**WHAT IS REQUIRED:** Write out all the data below exactly.

━━ DATA IN THIS EXERCISE ━━

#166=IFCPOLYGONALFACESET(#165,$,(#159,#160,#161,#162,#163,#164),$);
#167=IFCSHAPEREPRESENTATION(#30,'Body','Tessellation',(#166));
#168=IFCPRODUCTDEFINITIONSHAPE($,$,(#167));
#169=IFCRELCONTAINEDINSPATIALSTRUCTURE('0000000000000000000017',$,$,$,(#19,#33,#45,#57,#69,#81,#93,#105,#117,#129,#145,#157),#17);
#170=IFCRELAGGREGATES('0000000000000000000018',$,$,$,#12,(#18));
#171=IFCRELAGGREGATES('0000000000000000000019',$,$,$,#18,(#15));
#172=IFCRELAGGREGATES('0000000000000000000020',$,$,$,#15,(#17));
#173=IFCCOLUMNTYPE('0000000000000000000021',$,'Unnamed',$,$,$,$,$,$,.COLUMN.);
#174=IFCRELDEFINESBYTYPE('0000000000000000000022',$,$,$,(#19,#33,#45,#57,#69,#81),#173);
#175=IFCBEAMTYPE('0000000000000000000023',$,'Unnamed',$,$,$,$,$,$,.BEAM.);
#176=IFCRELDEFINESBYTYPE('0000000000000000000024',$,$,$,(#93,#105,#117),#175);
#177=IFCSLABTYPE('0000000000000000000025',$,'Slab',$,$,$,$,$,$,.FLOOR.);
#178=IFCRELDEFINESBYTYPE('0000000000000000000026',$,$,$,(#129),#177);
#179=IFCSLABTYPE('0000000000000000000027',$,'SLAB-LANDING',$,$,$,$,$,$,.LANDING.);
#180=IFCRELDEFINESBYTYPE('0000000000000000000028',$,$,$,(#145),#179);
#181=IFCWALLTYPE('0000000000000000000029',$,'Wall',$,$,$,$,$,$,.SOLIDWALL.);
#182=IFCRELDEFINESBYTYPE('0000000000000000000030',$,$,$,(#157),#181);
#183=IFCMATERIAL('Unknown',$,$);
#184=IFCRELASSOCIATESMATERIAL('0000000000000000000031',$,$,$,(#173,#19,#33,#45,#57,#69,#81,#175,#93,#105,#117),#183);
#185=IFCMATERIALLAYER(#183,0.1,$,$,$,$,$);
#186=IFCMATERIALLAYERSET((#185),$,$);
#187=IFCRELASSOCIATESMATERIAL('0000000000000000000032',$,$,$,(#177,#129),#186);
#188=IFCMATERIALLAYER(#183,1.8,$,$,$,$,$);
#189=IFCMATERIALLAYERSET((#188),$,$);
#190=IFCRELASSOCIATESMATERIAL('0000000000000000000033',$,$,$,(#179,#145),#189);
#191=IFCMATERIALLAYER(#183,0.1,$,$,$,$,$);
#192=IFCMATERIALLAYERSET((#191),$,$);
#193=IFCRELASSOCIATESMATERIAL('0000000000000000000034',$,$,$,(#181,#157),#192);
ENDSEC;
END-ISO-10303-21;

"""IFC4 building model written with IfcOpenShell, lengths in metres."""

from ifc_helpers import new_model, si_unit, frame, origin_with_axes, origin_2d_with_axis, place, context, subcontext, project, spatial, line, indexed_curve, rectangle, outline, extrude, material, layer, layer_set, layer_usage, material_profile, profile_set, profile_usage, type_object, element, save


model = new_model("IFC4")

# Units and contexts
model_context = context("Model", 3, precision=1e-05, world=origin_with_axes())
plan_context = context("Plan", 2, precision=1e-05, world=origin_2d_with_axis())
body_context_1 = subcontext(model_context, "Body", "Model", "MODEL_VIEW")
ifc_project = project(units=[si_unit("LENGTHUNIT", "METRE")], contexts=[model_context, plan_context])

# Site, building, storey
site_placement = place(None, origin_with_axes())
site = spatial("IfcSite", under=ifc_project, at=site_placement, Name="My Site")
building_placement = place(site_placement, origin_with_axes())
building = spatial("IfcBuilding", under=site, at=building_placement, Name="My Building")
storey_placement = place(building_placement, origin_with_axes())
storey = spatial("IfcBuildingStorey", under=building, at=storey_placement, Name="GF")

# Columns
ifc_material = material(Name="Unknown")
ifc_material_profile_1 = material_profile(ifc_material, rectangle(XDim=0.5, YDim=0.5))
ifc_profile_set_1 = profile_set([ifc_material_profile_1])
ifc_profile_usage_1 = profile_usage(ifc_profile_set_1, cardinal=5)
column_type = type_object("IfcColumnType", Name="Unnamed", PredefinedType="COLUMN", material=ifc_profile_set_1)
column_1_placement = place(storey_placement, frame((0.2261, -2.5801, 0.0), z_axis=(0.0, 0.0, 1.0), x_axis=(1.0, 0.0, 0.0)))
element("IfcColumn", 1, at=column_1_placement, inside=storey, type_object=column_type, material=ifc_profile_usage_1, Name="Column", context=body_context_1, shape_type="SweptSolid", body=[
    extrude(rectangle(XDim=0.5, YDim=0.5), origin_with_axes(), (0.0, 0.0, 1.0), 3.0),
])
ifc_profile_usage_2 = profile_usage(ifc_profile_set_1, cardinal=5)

━━━

**ANSWER TO THIS PROBLEM:**
#166=IFCPOLYGONALFACESET(#165,$,(#159,#160,#161,#162,#163,#164),$);
#167=IFCSHAPEREPRESENTATION(#30,'Body','Tessellation',(#166));
#168=IFCPRODUCTDEFINITIONSHAPE($,$,(#167));
#169=IFCRELCONTAINEDINSPATIALSTRUCTURE('0000000000000000000017',$,$,$,(#19,#33,#45,#57,#69,#81,#93,#105,#117,#129,#145,#157),#17);
#170=IFCRELAGGREGATES('0000000000000000000018',$,$,$,#12,(#18));
#171=IFCRELAGGREGATES('0000000000000000000019',$,$,$,#18,(#15));
#172=IFCRELAGGREGATES('0000000000000000000020',$,$,$,#15,(#17));
#173=IFCCOLUMNTYPE('0000000000000000000021',$,'Unnamed',$,$,$,$,$,$,.COLUMN.);
#174=IFCRELDEFINESBYTYPE('0000000000000000000022',$,$,$,(#19,#33,#45,#57,#69,#81),#173);
#175=IFCBEAMTYPE('0000000000000000000023',$,'Unnamed',$,$,$,$,$,$,.BEAM.);
#176=IFCRELDEFINESBYTYPE('0000000000000000000024',$,$,$,(#93,#105,#117),#175);
#177=IFCSLABTYPE('0000000000000000000025',$,'Slab',$,$,$,$,$,$,.FLOOR.);
#178=IFCRELDEFINESBYTYPE('0000000000000000000026',$,$,$,(#129),#177);
#179=IFCSLABTYPE('0000000000000000000027',$,'SLAB-LANDING',$,$,$,$,$,$,.LANDING.);
#180=IFCRELDEFINESBYTYPE('0000000000000000000028',$,$,$,(#145),#179);
#181=IFCWALLTYPE('0000000000000000000029',$,'Wall',$,$,$,$,$,$,.SOLIDWALL.);
#182=IFCRELDEFINESBYTYPE('0000000000000000000030',$,$,$,(#157),#181);
#183=IFCMATERIAL('Unknown',$,$);
#184=IFCRELASSOCIATESMATERIAL('0000000000000000000031',$,$,$,(#173,#19,#33,#45,#57,#69,#81,#175,#93,#105,#117),#183);
#185=IFCMATERIALLAYER(#183,0.1,$,$,$,$,$);
#186=IFCMATERIALLAYERSET((#185),$,$);
#187=IFCRELASSOCIATESMATERIAL('0000000000000000000032',$,$,$,(#177,#129),#186);
#188=IFCMATERIALLAYER(#183,1.8,$,$,$,$,$);
#189=IFCMATERIALLAYERSET((#188),$,$);
#190=IFCRELASSOCIATESMATERIAL('0000000000000000000033',$,$,$,(#179,#145),#189);
#191=IFCMATERIALLAYER(#183,0.1,$,$,$,$,$);
#192=IFCMATERIALLAYERSET((#191),$,$);
#193=IFCRELASSOCIATESMATERIAL('0000000000000000000034',$,$,$,(#181,#157),#192);
ENDSEC;
END-ISO-10303-21;

"""IFC4 building model written with IfcOpenShell, lengths in metres."""

from ifc_helpers import new_model, si_unit, frame, origin_with_axes, origin_2d_with_axis, place, context, subcontext, project, spatial, line, indexed_curve, rectangle, outline, extrude, material, layer, layer_set, layer_usage, material_profile, profile_set, profile_usage, type_object, element, save


model = new_model("IFC4")

# Units and contexts
model_context = context("Model", 3, precision=1e-05, world=origin_with_axes())
plan_context = context("Plan", 2, precision=1e-05, world=origin_2d_with_axis())
body_context_1 = subcontext(model_context, "Body", "Model", "MODEL_VIEW")
ifc_project = project(units=[si_unit("LENGTHUNIT", "METRE")], contexts=[model_context, plan_context])

# Site, building, storey
site_placement = place(None, origin_with_axes())
site = spatial("IfcSite", under=ifc_project, at=site_placement, Name="My Site")
building_placement = place(site_placement, origin_with_axes())
building = spatial("IfcBuilding", under=site, at=building_placement, Name="My Building")
storey_placement = place(building_placement, origin_with_axes())
storey = spatial("IfcBuildingStorey", under=building, at=storey_placement, Name="GF")

# Columns
ifc_material = material(Name="Unknown")
ifc_material_profile_1 = material_profile(ifc_material, rectangle(XDim=0.5, YDim=0.5))
ifc_profile_set_1 = profile_set([ifc_material_profile_1])
ifc_profile_usage_1 = profile_usage(ifc_profile_set_1, cardinal=5)
column_type = type_object("IfcColumnType", Name="Unnamed", PredefinedType="COLUMN", material=ifc_profile_set_1)
column_1_placement = place(storey_placement, frame((0.2261, -2.5801, 0.0), z_axis=(0.0, 0.0, 1.0), x_axis=(1.0, 0.0, 0.0)))
element("IfcColumn", 1, at=column_1_placement, inside=storey, type_object=column_type, material=ifc_profile_usage_1, Name="Column", context=body_context_1, shape_type="SweptSolid", body=[
    extrude(rectangle(XDim=0.5, YDim=0.5), origin_with_axes(), (0.0, 0.0, 1.0), 3.0),
])
ifc_profile_usage_2 = profile_usage(ifc_profile_set_1, cardinal=5)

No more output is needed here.